Is there any version of these that have timers for the actual outlets on the protector yet? I hate these bulky timers jamming up my power strips.


----------



## scooter7728 (Sep 1, 2014)

there are others you can find Zilla 24/7 Digital Timer Power Center


----------



## flyingSquirrel (Aug 22, 2011)

Thanks for the comments so far.

OK, so my digital timer is a Hydra Farm. The back of the timer has a label that says:

115 V - 60 Hz
15 A
1725 W

I wish I understood all of the electricity terms. The nano hoods are rated at 25W each, but I'm using 11W bulbs in them. So I'm using 33W total (if that is how Wattage actually works!). The power strip I have does not list any Watt rating (gotta love electrical stuff). In any case, I feel like I am probably completely in the clear here, with such little amount of power being used for these LED bulbs, and the timer having a rating of 1725 W (these things are designed for greenhouse use as far as I know).
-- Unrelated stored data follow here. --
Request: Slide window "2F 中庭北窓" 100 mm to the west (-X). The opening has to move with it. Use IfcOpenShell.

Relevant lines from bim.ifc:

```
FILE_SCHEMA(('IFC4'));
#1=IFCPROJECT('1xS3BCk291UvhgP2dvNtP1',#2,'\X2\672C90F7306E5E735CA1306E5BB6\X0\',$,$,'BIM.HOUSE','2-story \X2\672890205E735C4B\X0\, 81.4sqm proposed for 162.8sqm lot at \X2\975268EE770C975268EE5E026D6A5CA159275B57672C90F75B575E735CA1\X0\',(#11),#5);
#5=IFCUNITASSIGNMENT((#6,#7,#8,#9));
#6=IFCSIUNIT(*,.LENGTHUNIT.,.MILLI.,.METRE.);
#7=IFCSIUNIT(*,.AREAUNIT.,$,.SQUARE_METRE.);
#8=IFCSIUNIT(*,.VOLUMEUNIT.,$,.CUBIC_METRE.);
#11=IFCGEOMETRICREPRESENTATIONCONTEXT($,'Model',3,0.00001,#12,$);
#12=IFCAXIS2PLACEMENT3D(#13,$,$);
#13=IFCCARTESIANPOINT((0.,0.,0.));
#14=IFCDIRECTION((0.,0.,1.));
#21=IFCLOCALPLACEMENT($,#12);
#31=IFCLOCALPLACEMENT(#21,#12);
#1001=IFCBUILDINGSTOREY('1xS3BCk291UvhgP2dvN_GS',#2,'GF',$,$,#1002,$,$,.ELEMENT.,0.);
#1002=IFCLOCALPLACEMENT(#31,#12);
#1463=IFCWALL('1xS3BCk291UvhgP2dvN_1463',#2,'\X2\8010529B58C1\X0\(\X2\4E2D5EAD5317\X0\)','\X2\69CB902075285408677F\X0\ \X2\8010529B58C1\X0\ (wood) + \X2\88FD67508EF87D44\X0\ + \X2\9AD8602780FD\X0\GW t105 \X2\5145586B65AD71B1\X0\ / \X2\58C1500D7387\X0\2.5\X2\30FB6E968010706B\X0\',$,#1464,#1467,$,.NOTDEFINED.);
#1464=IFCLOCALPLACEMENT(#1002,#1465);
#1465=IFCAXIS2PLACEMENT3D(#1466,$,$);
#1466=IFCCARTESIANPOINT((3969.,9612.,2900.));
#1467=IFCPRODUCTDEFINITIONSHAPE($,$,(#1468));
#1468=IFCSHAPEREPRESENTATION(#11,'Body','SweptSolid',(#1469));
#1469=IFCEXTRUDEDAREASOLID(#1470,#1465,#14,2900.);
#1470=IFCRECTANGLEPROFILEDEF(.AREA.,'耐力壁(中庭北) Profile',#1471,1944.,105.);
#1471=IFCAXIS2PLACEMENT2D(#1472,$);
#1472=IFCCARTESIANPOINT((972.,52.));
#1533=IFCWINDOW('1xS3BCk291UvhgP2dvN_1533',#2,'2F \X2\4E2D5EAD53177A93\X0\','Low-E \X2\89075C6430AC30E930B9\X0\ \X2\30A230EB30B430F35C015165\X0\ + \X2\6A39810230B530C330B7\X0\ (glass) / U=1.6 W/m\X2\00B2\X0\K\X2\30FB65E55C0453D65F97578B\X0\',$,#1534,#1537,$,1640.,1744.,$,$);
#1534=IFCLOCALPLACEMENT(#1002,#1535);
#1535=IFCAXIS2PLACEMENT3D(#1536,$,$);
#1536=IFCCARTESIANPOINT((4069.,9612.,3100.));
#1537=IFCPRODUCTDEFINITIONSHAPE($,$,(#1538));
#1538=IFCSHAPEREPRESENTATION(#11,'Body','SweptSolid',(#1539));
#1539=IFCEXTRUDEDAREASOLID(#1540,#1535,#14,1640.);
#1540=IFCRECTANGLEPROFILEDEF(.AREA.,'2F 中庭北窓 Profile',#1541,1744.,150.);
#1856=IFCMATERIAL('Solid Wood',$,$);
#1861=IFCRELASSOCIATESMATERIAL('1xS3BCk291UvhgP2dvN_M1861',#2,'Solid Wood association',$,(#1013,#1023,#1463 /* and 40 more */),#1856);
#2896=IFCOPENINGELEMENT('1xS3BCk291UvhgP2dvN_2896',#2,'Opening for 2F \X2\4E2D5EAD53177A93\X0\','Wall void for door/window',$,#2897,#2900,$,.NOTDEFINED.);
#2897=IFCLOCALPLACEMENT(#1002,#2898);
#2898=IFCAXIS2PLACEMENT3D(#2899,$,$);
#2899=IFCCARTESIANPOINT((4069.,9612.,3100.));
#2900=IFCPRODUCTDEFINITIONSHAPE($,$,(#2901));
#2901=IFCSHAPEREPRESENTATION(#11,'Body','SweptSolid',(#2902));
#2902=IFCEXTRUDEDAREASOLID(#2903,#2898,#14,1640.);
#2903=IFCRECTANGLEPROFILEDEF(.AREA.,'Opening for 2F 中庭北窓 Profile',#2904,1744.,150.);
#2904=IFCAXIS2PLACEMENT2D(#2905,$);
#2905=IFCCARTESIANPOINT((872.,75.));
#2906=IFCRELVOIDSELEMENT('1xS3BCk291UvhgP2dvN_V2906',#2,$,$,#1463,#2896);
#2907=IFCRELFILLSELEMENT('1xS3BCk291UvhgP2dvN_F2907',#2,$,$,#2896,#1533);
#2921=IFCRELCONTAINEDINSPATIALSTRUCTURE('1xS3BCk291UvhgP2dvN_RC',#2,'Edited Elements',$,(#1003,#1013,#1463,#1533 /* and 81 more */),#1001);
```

```python
import ifcopenshell
import ifcopenshell.api.geometry
import ifcopenshell.util.placement
import ifcopenshell.util.unit

model = ifcopenshell.open("bim.ifc")
unit_scale = ifcopenshell.util.unit.calculate_unit_scale(model)

window = model.by_id(1533)
opening = window.FillsVoids[0].RelatingOpeningElement
wall = opening.VoidsElements[0].RelatingBuildingElement

wall_matrix = ifcopenshell.util.placement.get_local_placement(wall.ObjectPlacement)
shift = wall_matrix[:3, 0] * -0.1 / unit_scale
before = ifcopenshell.util.placement.get_local_placement(window.ObjectPlacement)[:3, 3].copy()

# The window is not placed relative to its opening, so move both.
for product in (opening, window):
    matrix = ifcopenshell.util.placement.get_local_placement(product.ObjectPlacement)
    matrix[:3, 3] += shift
    ifcopenshell.api.geometry.edit_object_placement(model, product=product, matrix=matrix, is_si=False)

after = ifcopenshell.util.placement.get_local_placement(window.ObjectPlacement)[:3, 3]
print("window moved by", (after - before).round(3) + 0.0)

model.write("bim_updated.ifc")
```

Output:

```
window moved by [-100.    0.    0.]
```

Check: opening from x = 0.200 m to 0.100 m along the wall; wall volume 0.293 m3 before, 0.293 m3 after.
I'm 99.99% sure I am good to go, especially since Coqui has been doing this already, as I'm sure others have. Hoping someone with a bit more electrical expertise could chime in just to explain the ratings and if my logic is correct.


----------



## flyingSquirrel (Aug 22, 2011)

Quick update. I've been using a power strip with my hydra farm timer for a few days now, and as expected, it works fine and all is well.


----------



## Rushthezeppelin (Oct 6, 2015)

Check out the Coralife power center. It has both day and night and 24/7 plugs all one surge protector. Also digitally controlled and has a backup battery. Also can program different schedules for days of the week (granted that's nigh useless for most of us)


----------